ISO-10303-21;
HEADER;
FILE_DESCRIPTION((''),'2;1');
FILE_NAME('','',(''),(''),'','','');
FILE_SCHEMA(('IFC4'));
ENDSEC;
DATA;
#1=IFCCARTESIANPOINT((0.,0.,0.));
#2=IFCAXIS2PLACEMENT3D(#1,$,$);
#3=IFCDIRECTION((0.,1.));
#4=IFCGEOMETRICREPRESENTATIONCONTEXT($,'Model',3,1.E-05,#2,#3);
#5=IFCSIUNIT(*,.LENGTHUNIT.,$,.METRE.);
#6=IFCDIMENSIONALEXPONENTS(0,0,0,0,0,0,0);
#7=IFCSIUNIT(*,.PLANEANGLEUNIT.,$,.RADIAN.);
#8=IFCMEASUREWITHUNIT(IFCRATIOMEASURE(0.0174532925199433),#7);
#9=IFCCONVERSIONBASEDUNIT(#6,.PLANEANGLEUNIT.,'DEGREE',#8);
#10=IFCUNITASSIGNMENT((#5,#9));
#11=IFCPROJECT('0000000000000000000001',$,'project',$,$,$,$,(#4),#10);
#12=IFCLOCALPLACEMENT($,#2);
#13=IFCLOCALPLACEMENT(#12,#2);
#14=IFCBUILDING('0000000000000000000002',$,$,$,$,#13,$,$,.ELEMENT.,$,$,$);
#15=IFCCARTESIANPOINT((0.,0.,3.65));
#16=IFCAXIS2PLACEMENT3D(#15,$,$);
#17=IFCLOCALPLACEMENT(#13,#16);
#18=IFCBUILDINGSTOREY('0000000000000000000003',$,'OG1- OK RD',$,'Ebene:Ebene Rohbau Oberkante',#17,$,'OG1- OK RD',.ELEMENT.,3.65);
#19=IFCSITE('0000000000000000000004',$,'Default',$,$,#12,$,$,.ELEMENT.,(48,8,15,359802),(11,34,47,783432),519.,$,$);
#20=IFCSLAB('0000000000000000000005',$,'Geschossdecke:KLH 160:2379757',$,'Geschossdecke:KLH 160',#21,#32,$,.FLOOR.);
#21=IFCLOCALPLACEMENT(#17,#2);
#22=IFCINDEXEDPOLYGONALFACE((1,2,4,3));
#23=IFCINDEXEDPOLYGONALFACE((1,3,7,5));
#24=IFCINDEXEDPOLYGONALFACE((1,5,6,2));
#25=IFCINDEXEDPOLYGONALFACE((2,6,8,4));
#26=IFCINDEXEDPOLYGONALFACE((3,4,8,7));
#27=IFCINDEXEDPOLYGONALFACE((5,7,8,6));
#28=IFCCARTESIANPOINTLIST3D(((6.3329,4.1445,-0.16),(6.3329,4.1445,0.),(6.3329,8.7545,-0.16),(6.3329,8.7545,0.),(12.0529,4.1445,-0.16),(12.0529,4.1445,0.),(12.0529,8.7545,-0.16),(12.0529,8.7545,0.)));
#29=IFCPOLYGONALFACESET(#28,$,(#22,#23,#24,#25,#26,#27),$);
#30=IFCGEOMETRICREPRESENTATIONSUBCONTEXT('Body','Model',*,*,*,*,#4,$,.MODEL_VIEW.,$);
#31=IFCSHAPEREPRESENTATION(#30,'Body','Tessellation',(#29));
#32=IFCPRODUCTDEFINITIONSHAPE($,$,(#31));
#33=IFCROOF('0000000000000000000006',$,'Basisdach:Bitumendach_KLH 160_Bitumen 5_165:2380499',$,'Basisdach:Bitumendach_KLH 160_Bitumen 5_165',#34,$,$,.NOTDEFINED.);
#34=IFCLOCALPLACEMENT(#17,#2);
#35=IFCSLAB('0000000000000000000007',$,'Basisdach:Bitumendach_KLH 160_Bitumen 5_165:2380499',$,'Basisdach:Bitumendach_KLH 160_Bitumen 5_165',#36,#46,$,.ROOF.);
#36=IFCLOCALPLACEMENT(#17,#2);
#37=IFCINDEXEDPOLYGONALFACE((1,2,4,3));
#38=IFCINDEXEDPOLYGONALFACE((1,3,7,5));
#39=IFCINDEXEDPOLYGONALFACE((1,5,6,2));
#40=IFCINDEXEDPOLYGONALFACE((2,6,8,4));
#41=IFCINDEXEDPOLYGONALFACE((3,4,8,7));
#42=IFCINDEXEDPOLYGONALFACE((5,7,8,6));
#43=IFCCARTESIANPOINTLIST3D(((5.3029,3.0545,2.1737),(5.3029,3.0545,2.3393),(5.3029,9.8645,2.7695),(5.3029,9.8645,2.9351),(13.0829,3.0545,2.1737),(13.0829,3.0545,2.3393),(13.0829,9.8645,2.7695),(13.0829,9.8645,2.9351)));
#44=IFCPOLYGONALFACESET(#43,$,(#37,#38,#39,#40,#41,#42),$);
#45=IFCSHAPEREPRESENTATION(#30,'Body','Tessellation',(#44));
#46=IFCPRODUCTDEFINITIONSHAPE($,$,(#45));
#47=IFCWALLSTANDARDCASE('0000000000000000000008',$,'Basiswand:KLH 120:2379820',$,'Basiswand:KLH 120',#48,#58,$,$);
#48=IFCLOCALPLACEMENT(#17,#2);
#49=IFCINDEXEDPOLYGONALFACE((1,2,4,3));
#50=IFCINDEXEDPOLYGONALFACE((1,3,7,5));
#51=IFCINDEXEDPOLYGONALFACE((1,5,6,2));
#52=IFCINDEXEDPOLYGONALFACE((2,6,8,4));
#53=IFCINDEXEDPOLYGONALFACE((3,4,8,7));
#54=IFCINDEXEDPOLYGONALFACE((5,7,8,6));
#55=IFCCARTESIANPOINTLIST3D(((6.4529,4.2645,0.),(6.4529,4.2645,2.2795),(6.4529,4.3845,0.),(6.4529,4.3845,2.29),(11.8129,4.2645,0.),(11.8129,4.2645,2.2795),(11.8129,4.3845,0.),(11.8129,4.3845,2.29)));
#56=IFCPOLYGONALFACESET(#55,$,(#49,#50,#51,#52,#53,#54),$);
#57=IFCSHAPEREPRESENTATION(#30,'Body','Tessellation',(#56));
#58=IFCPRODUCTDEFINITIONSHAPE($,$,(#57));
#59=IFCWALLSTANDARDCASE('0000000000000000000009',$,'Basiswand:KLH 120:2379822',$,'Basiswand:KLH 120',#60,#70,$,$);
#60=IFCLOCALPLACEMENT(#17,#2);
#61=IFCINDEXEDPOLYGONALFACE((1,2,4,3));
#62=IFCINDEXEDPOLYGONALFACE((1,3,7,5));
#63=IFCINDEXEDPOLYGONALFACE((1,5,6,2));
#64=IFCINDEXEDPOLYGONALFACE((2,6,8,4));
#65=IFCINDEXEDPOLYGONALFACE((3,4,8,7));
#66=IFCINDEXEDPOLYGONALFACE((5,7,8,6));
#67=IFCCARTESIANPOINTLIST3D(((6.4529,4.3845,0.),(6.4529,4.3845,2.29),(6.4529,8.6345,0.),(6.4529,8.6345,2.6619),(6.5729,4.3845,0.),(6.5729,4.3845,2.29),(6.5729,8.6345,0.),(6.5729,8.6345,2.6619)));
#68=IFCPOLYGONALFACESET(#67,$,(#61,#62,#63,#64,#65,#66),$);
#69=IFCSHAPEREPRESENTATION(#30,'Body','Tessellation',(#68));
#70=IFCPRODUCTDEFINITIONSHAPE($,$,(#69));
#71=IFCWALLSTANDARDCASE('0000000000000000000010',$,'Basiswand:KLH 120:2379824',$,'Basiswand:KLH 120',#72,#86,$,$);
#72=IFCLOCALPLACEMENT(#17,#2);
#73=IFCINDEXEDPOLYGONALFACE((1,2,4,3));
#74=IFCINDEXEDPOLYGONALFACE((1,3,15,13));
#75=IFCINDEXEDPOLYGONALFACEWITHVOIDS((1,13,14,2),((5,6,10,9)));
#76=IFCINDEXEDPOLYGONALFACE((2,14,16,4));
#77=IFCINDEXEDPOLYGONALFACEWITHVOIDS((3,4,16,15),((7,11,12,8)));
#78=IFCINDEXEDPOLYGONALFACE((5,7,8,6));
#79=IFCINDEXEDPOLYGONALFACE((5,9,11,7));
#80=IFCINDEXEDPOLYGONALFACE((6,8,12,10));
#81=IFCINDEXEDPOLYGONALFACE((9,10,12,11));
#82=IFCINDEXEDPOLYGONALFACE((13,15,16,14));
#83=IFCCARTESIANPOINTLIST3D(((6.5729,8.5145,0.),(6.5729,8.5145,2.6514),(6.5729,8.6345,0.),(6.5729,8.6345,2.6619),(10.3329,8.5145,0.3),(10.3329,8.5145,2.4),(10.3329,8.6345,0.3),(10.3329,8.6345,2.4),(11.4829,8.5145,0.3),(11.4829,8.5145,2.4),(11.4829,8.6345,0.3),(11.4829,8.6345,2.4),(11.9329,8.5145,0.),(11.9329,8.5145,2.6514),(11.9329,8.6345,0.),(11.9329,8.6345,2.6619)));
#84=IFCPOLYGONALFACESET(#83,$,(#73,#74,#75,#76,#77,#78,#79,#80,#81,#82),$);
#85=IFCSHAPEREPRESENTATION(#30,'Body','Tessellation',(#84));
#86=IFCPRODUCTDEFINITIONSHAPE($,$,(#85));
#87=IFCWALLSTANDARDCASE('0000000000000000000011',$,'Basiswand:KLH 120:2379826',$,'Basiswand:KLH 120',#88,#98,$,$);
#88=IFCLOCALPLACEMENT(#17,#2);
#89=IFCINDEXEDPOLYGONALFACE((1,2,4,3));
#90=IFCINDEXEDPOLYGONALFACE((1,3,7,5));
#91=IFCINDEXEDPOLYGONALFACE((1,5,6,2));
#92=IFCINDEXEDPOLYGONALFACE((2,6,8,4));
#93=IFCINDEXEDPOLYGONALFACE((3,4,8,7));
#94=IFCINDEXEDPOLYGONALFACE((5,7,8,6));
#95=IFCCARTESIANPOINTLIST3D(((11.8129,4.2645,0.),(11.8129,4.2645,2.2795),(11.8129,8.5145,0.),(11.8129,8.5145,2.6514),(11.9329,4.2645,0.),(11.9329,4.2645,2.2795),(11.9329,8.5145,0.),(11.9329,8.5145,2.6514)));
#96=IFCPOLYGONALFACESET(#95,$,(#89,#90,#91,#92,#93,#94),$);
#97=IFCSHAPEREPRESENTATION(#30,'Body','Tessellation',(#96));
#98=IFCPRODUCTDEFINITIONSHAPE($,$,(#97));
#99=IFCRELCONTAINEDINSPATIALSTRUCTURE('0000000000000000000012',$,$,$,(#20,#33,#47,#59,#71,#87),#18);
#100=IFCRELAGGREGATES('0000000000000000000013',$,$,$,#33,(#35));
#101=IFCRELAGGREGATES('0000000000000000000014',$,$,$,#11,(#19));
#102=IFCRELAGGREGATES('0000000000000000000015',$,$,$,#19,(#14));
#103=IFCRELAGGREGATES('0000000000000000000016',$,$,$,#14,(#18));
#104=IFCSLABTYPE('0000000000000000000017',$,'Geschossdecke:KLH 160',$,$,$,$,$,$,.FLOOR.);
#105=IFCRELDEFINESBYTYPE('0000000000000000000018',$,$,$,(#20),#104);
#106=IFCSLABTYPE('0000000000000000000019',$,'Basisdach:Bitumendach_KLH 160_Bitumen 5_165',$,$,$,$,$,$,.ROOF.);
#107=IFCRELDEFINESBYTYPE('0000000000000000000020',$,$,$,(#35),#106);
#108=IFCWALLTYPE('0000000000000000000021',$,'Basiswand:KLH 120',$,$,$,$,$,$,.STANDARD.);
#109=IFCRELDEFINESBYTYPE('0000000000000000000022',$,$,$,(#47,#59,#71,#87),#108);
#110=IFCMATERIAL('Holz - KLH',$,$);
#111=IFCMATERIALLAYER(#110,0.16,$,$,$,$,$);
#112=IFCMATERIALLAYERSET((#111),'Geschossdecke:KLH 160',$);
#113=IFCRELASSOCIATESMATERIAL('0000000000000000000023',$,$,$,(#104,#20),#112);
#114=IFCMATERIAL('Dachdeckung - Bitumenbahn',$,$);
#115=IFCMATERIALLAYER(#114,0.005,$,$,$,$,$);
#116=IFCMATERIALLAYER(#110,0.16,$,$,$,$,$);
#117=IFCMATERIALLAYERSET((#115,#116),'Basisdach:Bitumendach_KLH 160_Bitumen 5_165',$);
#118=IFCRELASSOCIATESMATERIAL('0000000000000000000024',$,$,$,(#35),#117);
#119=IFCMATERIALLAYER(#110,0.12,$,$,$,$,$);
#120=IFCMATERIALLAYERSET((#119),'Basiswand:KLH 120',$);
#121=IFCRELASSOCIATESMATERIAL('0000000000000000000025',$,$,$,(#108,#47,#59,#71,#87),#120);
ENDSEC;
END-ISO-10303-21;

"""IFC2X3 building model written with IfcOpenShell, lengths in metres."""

from ifc_helpers import new_model, entity, si_unit, converted_unit, direction, frame, frame_2d, origin, place, context, subcontext, project, spatial, polyline, rectangle, extrude, clip, bounded_halfspace, material, layer, layer_set, layer_usage, type_object, element, aggregate, save


model = new_model("IFC2X3")

# Units and contexts
model_context = context("Model", 3, precision=1e-05, world=origin(), true_north=direction((0.0, 1.0)))
body_context = subcontext(model_context, "Body", "Model", "MODEL_VIEW")
ifc_project = project(units=[si_unit("LENGTHUNIT", "METRE"), converted_unit("PLANEANGLEUNIT", "DEGREE", entity("IfcRatioMeasure", 0.0174532925199433), si_unit("PLANEANGLEUNIT", "RADIAN"), dimensions=[0, 0, 0, 0, 0, 0, 0])], contexts=[model_context])

# Site, building, storey
site_placement = place(None, origin())
site = spatial("IfcSite", under=ifc_project, at=site_placement, Name="Default", CompositionType="ELEMENT", RefLatitude=(48, 8, 15, 359802), RefLongitude=(11, 34, 47, 783432), RefElevation=519.0)
building_placement = place(site_placement, origin())
building = spatial("IfcBuilding", under=site, at=building_placement, CompositionType="ELEMENT")
storey_placement = place(building_placement, frame((0.0, 0.0, 3.65)))
storey = spatial("IfcBuildingStorey", under=building, at=storey_placement, Name="OG1- OK RD", ObjectType="Ebene:Ebene Rohbau Oberkante", LongName="OG1- OK RD", CompositionType="ELEMENT", Elevation=3.65)

# Slab
ifc_material_1 = material(Name="Holz - KLH")
ifc_layer_1 = layer(ifc_material_1, 0.16)
ifc_layer_set_1 = layer_set([ifc_layer_1], Name="Geschossdecke:KLH 160")
ifc_layer_usage_1 = layer_usage(ifc_layer_set_1, "AXIS3", "POSITIVE", 0.0)
slab_type_1 = type_object("IfcSlabType", Name="Geschossdecke:KLH 160", PredefinedType="FLOOR", material=ifc_layer_set_1)
slab_1_placement = place(storey_placement, origin())
element("IfcSlab", 1, at=slab_1_placement, inside=storey, type_object=slab_type_1, material=ifc_layer_usage_1, Name="Geschossdecke:KLH 160:2379757", ObjectType="Geschossdecke:KLH 160", PredefinedType="FLOOR", context=body_context, shape_type="SweptSolid", body=[
    extrude(rectangle(XDim=4.61, YDim=5.72, at=frame_2d((0.0, 0.0), x_axis=(1.0, 0.0))), frame((9.1929, 6.4495, 0.0), z_axis=(0.0, 0.0, -1.0), x_axis=(0.0, 1.0, 0.0)), (0.0, 0.0, 1.0), 0.16),
])

# Roof, slab
roof_placement = place(storey_placement, frame((5.3029, 3.0545, 2.1737)))
roof = element("IfcRoof", 2, at=roof_placement, inside=storey, Name="Basisdach:Bitumendach_KLH 160_Bitumen 5_165:2380499", ObjectType="Basisdach:Bitumendach_KLH 160_Bitumen 5_165", ShapeType="NOTDEFINED")
ifc_material_2 = material(Name="Dachdeckung - Bitumenbahn")
ifc_layer_2 = layer(ifc_material_2, 0.005)
ifc_layer_3 = layer(ifc_material_1, 0.16)
ifc_layer_set_2 = layer_set([ifc_layer_2, ifc_layer_3], Name="Basisdach:Bitumendach_KLH 160_Bitumen 5_165")
slab_type_2 = type_object("IfcSlabType", Name="Basisdach:Bitumendach_KLH 160_Bitumen 5_165", PredefinedType="ROOF")
slab_2_placement = place(roof_placement, origin())
slab_2 = element("IfcSlab", 3, at=slab_2_placement, type_object=slab_type_2, material=ifc_layer_set_2, Name="Basisdach:Bitumendach_KLH 160_Bitumen 5_165:2380499", ObjectType="Basisdach:Bitumendach_KLH 160_Bitumen 5_165", PredefinedType="ROOF", context=body_context, shape_type="SweptSolid", body=[
    extrude(rectangle(XDim=6.836, YDim=7.78, at=frame_2d((0.0, 0.0), x_axis=(0.0, -1.0))), frame((3.89, 3.405, 0.2979), z_axis=(0.0, -0.087156, 0.996195), x_axis=(1.0, 0.0, 0.0)), (0.0, 0.087156, 0.996195), 0.1656),
])
aggregate(roof, [slab_2])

→ **HOW TO COMPLETE THIS TASK**: What you give back should be exactly the lines of the data above from the line with "#10=IFCUNITASSIGNMENT((#5,#9));" through the line with "#42=IFCINDEXEDPOLYGONALFACE((5,7,8,6));", both of those included, and nothing more.

→ **TASK SOLUTION**:
#10=IFCUNITASSIGNMENT((#5,#9));
#11=IFCPROJECT('0000000000000000000001',$,'project',$,$,$,$,(#4),#10);
#12=IFCLOCALPLACEMENT($,#2);
#13=IFCLOCALPLACEMENT(#12,#2);
#14=IFCBUILDING('0000000000000000000002',$,$,$,$,#13,$,$,.ELEMENT.,$,$,$);
#15=IFCCARTESIANPOINT((0.,0.,3.65));
#16=IFCAXIS2PLACEMENT3D(#15,$,$);
#17=IFCLOCALPLACEMENT(#13,#16);
#18=IFCBUILDINGSTOREY('0000000000000000000003',$,'OG1- OK RD',$,'Ebene:Ebene Rohbau Oberkante',#17,$,'OG1- OK RD',.ELEMENT.,3.65);
#19=IFCSITE('0000000000000000000004',$,'Default',$,$,#12,$,$,.ELEMENT.,(48,8,15,359802),(11,34,47,783432),519.,$,$);
#20=IFCSLAB('0000000000000000000005',$,'Geschossdecke:KLH 160:2379757',$,'Geschossdecke:KLH 160',#21,#32,$,.FLOOR.);
#21=IFCLOCALPLACEMENT(#17,#2);
#22=IFCINDEXEDPOLYGONALFACE((1,2,4,3));
#23=IFCINDEXEDPOLYGONALFACE((1,3,7,5));
#24=IFCINDEXEDPOLYGONALFACE((1,5,6,2));
#25=IFCINDEXEDPOLYGONALFACE((2,6,8,4));
#26=IFCINDEXEDPOLYGONALFACE((3,4,8,7));
#27=IFCINDEXEDPOLYGONALFACE((5,7,8,6));
#28=IFCCARTESIANPOINTLIST3D(((6.3329,4.1445,-0.16),(6.3329,4.1445,0.),(6.3329,8.7545,-0.16),(6.3329,8.7545,0.),(12.0529,4.1445,-0.16),(12.0529,4.1445,0.),(12.0529,8.7545,-0.16),(12.0529,8.7545,0.)));
#29=IFCPOLYGONALFACESET(#28,$,(#22,#23,#24,#25,#26,#27),$);
#30=IFCGEOMETRICREPRESENTATIONSUBCONTEXT('Body','Model',*,*,*,*,#4,$,.MODEL_VIEW.,$);
#31=IFCSHAPEREPRESENTATION(#30,'Body','Tessellation',(#29));
#32=IFCPRODUCTDEFINITIONSHAPE($,$,(#31));
#33=IFCROOF('0000000000000000000006',$,'Basisdach:Bitumendach_KLH 160_Bitumen 5_165:2380499',$,'Basisdach:Bitumendach_KLH 160_Bitumen 5_165',#34,$,$,.NOTDEFINED.);
#34=IFCLOCALPLACEMENT(#17,#2);
#35=IFCSLAB('0000000000000000000007',$,'Basisdach:Bitumendach_KLH 160_Bitumen 5_165:2380499',$,'Basisdach:Bitumendach_KLH 160_Bitumen 5_165',#36,#46,$,.ROOF.);
#36=IFCLOCALPLACEMENT(#17,#2);
#37=IFCINDEXEDPOLYGONALFACE((1,2,4,3));
#38=IFCINDEXEDPOLYGONALFACE((1,3,7,5));
#39=IFCINDEXEDPOLYGONALFACE((1,5,6,2));
#40=IFCINDEXEDPOLYGONALFACE((2,6,8,4));
#41=IFCINDEXEDPOLYGONALFACE((3,4,8,7));
#42=IFCINDEXEDPOLYGONALFACE((5,7,8,6));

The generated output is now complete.